In a subgroup of 28 patients, 16 had white patches as the predominant trichoscopic feature. Hair-shaft caliber had a negative correlation with radiation dose to the scalp (P=0.01) in an analysis involving 15 patients.
Among 34 patients treated with topical 5% minoxidil, 28 (72%) met criteria for clinical response after a median follow-up of 61 weeks. Analysis of clinical images in 25 minoxidil patients showed four complete responses and 13 partial responses. Two patients responded to hair transplantation and one responded to reconstructive plastic surgery.
Informative Study
The study provided useful information about several key issues surrounding radiation-induced alopecia, said Stephanie Weiss, MD, of Fox Chase Cancer Center in Philadelphia.
"It's a little more difficult than you'd imagine to tease out radiation-related factors, such as dose," she told MedPage Today. "The reason for that is that there are strict standard doses that people will receive, a pre-prescribed dose per day and some total dose. Basically, anytime you're going to have some dose to the scalp. What's interesting is that this paper showed that it's not just total dose but dose per day."

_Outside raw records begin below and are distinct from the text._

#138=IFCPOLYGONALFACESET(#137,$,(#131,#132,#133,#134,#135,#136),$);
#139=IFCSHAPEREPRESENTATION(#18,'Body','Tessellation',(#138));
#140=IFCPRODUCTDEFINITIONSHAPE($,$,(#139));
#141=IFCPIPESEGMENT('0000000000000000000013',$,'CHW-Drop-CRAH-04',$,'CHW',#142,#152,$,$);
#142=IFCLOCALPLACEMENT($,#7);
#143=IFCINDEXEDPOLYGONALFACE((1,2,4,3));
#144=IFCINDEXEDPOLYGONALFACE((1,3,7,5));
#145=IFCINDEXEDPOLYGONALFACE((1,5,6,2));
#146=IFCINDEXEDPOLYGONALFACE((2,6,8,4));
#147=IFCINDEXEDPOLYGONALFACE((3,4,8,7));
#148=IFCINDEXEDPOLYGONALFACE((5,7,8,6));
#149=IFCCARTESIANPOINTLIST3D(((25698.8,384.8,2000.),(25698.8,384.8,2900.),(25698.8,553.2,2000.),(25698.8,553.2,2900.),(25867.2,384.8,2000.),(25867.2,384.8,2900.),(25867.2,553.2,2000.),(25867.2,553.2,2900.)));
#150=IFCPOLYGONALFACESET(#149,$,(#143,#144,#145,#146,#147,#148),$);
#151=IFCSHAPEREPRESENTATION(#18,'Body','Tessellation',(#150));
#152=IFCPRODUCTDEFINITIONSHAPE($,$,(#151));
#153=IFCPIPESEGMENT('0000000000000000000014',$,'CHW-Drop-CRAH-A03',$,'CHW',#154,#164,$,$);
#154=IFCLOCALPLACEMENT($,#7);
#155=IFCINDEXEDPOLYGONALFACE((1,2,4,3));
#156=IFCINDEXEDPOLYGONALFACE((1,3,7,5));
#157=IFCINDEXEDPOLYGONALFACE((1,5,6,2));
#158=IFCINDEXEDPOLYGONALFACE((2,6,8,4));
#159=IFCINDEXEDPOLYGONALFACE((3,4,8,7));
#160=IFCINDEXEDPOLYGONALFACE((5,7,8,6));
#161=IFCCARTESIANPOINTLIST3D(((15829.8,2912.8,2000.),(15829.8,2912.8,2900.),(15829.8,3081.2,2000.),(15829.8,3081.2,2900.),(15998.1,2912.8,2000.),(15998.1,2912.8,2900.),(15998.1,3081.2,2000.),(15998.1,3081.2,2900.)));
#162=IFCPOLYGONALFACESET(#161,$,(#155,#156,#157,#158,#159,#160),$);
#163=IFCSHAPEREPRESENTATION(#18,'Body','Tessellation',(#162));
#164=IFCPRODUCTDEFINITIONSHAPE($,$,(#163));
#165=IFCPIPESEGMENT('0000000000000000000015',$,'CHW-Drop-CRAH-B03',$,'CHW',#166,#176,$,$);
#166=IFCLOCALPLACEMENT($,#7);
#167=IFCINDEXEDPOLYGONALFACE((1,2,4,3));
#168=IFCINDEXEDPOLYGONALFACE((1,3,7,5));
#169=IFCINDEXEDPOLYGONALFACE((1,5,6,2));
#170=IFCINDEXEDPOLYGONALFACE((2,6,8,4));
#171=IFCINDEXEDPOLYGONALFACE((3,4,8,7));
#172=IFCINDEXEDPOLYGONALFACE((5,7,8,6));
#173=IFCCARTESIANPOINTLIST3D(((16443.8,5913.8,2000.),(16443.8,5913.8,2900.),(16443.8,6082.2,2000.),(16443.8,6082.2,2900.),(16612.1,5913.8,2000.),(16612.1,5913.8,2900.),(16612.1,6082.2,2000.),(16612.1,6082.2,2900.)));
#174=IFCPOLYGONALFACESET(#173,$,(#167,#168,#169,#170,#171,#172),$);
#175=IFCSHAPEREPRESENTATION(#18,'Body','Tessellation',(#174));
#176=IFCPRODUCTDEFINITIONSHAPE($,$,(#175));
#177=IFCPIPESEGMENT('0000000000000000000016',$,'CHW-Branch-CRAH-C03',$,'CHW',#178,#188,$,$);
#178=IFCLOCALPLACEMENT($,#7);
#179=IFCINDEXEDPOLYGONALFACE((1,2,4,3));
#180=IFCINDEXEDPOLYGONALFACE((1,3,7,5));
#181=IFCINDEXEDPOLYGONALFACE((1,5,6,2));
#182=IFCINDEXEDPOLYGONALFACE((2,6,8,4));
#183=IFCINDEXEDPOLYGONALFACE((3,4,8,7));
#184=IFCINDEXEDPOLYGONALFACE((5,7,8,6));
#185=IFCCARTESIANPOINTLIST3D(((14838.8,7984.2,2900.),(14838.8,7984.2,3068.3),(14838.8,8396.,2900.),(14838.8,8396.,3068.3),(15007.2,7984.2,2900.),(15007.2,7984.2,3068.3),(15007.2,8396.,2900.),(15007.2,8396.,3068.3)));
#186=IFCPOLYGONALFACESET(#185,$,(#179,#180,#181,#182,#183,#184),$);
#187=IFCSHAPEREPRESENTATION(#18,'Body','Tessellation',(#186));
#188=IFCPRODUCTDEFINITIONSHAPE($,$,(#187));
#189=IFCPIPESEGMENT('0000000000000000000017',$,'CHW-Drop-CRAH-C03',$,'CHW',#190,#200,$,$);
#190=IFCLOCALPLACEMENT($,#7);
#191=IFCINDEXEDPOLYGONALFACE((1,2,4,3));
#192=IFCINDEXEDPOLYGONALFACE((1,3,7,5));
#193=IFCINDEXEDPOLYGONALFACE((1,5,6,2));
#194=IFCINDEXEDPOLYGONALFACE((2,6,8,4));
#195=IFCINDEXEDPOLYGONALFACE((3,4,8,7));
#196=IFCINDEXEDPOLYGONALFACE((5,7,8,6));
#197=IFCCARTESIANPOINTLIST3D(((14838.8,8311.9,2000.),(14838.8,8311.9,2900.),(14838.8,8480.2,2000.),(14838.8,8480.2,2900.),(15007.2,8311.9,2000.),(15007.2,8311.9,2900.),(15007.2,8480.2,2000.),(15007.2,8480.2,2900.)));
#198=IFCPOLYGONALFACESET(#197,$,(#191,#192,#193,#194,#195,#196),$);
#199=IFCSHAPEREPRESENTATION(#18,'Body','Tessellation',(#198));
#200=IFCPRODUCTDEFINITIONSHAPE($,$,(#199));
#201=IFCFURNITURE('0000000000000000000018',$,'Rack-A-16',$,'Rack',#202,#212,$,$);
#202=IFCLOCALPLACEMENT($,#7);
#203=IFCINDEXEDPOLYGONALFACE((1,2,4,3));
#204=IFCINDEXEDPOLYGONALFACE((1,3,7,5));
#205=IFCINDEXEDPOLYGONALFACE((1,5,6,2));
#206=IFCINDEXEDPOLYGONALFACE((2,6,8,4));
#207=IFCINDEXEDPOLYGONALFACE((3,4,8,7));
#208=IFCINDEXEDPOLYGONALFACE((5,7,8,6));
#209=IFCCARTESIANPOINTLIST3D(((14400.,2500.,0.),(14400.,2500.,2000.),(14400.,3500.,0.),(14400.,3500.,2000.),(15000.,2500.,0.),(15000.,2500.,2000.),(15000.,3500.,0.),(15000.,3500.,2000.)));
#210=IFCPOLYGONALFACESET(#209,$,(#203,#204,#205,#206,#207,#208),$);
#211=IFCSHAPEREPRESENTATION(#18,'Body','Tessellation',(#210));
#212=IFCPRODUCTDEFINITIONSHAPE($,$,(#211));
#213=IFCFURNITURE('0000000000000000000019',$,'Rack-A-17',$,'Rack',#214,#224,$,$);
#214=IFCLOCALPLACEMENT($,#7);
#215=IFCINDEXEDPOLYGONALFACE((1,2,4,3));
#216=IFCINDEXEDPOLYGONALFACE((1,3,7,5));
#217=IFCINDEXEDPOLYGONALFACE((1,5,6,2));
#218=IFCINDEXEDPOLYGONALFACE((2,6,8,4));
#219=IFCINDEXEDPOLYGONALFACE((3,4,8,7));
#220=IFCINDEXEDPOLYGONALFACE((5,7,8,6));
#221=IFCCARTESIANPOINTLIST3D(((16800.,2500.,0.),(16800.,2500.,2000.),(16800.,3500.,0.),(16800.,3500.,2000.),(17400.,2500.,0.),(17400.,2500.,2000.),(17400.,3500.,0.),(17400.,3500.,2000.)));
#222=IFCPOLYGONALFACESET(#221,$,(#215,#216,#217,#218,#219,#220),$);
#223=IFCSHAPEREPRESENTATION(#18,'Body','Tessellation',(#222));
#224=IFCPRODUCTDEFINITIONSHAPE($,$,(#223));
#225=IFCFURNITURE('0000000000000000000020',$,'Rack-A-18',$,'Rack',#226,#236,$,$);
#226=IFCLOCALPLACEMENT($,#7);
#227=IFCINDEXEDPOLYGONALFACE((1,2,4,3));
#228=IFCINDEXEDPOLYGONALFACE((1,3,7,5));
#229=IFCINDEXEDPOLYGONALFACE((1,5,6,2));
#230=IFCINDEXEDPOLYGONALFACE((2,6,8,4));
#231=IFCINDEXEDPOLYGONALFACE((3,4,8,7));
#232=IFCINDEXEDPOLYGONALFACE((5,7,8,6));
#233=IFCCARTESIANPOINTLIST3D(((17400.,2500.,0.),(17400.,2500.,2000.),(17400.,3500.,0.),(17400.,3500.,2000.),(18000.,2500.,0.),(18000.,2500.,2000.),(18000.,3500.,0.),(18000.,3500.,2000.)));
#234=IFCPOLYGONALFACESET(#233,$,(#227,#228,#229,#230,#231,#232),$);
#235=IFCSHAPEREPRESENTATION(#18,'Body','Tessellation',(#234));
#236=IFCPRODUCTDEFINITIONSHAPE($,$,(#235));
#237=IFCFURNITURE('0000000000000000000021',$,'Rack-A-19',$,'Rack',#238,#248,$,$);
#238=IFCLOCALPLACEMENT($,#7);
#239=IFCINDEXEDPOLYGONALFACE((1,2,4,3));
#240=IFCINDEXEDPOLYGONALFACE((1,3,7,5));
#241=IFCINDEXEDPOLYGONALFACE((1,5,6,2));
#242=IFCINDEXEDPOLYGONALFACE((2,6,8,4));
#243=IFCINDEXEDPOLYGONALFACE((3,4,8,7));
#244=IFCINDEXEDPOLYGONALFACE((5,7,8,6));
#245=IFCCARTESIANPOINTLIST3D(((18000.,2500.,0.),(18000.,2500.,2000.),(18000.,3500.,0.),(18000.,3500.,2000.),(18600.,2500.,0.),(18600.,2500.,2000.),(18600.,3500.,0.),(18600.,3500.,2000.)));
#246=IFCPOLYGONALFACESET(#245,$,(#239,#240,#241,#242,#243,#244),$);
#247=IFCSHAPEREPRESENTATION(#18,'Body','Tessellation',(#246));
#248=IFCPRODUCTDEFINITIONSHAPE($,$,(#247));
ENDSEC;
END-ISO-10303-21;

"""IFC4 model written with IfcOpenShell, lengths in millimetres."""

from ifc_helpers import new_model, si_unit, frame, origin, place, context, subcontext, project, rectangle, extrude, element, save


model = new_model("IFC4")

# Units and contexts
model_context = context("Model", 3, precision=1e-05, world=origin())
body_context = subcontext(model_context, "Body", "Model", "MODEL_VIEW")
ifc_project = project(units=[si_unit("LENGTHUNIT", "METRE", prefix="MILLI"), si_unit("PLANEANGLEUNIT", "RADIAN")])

"I've had patients, for instance, who have received only a fraction or two of the prescribed dose and then had to stop for whatever reason," Weiss added. "Then several weeks down the road, they will develop alopecia. The condition doesn't manifest until several weeks later."
The timing of hair loss varies from patient to patient and depends on the frequency and size of radiation fractions, she continued. Hair loss often begins subtly, and patients will notice strands coming out during a shower or left on a pillow after sleep.

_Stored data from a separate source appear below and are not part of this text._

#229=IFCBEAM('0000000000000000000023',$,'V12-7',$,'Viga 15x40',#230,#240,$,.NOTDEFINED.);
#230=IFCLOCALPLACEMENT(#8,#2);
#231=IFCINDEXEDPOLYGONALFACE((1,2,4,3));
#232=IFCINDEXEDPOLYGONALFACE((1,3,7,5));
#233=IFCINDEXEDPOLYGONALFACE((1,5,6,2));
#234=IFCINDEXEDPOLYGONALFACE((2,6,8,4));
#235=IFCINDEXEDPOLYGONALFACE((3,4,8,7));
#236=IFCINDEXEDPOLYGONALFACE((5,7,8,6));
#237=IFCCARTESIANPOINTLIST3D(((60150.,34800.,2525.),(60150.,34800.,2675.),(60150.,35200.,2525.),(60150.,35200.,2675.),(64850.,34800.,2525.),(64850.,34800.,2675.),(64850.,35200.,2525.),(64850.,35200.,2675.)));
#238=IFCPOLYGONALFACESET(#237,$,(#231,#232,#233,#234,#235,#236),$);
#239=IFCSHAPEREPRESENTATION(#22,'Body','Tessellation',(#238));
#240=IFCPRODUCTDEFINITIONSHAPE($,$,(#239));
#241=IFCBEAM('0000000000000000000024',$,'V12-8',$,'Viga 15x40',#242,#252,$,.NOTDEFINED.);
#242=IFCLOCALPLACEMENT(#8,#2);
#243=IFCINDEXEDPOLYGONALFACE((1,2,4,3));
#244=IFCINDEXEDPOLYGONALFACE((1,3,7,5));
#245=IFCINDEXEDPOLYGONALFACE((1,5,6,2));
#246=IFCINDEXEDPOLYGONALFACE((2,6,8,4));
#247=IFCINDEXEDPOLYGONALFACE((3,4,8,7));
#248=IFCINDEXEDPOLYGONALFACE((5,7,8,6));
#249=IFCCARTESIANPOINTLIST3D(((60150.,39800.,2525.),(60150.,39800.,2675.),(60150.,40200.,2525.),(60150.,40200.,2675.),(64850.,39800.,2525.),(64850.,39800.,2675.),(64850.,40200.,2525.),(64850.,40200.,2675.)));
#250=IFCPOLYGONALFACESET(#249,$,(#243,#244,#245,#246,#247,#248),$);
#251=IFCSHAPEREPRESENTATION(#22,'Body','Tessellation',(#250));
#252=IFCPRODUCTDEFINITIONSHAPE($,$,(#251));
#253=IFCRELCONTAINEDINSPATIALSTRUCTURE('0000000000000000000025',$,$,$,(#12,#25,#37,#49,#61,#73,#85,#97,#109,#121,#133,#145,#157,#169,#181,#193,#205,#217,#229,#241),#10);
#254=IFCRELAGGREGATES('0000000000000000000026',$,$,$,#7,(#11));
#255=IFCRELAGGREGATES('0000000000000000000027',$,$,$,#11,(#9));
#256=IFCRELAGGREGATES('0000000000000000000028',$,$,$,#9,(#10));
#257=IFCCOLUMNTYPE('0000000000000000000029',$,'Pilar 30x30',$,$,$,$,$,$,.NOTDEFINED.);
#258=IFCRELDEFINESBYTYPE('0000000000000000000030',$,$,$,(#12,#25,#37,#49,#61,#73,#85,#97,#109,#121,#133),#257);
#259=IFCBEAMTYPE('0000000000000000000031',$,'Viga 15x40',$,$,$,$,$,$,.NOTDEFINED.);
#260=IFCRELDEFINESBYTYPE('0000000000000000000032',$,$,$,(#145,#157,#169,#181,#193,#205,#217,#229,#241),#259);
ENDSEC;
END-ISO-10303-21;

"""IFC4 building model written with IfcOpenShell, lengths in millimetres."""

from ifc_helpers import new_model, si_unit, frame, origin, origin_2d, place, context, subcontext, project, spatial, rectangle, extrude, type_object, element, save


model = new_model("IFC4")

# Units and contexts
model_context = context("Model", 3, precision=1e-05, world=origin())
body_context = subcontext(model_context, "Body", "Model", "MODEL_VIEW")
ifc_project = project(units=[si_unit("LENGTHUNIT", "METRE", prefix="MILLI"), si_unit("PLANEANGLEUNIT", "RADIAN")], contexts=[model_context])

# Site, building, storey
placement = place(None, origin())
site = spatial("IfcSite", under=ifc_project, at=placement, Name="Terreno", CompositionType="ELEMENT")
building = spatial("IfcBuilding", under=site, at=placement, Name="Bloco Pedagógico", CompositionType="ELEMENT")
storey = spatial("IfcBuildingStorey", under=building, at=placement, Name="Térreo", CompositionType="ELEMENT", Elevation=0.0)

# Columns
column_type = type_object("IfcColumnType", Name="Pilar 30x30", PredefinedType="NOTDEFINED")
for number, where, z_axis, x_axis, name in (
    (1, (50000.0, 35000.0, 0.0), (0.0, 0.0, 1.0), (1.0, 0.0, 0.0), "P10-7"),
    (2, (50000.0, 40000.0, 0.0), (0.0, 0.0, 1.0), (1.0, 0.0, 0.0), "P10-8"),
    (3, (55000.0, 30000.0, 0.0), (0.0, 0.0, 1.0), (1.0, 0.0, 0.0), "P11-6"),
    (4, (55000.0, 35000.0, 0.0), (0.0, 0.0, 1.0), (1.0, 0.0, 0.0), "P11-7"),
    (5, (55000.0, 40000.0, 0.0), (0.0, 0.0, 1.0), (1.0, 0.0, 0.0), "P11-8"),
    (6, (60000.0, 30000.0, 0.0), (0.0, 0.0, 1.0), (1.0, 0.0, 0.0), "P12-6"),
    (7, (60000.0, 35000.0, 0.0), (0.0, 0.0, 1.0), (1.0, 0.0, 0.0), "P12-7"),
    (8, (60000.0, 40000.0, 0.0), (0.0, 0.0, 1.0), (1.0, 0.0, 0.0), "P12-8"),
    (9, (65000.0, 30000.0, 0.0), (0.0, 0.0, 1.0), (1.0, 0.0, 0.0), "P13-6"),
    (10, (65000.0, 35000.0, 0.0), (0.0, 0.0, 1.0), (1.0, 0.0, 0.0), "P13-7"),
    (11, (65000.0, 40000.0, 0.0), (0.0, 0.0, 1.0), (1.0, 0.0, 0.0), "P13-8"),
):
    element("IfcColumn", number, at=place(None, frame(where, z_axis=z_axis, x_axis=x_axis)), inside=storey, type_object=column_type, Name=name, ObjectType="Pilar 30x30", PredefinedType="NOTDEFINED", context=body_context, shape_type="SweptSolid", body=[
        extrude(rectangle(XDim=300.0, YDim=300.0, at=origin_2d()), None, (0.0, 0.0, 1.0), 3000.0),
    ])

"I tell my patients right up front that they are going to lose their hair," said Weiss. "Just when you think you're not going to lose your hair, that's probably when you're going to start losing it."
The observation that proton therapy increased the likelihood of hair loss might be an eye opener for some radiation oncologists who have become accustomed to hearing that proton therapy has a more favorable safety profile as compared with photons. By focusing more specifically on the tumor, proton therapy does spare more surrounding normal tissue. However, the delivery process results in a higher dose to superficial areas, such as the scalp, said Weiss.
Whether the hair loss becomes chronic or permanent depends on the extent of radiation damage to hair follicles. Patients treated with both chemotherapy and radiation therapy may have particularly fragile follicles.
Disclosures
The study was supported in part by the National Institutes of Health.
Lacouture disclosed relationships with Legacy Healthcare Services, Adgero Biopharmaceuticals, Amryt Pharmaceuticals, Celldex Therapeutics, Debiopharm, Galderma, Johnson & Johnson, Novocure, Lindi, Merck, Helsinn Healthcare, Janssen, Menlo Therapeutics, Novartis, F. Hoffmann-La Roche, Abbvie, Boehringer Ingelheim, Allergan, Amgen, ER Squibb & Sons, EMD Serono, AstraZeneca, Genentech, Leo Pharma, Seattle Genetics, Bayer, Manner SAS, Lutris, Pierre Fabre, Paxman Scalp Cooling, Adjucare, Dignitana, Biotechspert, Teva Mexico, Parexel, OnQuality Pharmaceuticals, Oncoderm, Our Brain Bank, Takeda, Veloce, US Biotest, Berg, and Bristol-Myers Squibb.
Primary Source
JAMA Dermatology
Phillips GS, et al "Assessment and treatment of persistent radiation-induced alopecia in patients with cancer" JAMA Dermatol2020; DOI: 10.1001/jamadermatol.2020.2127.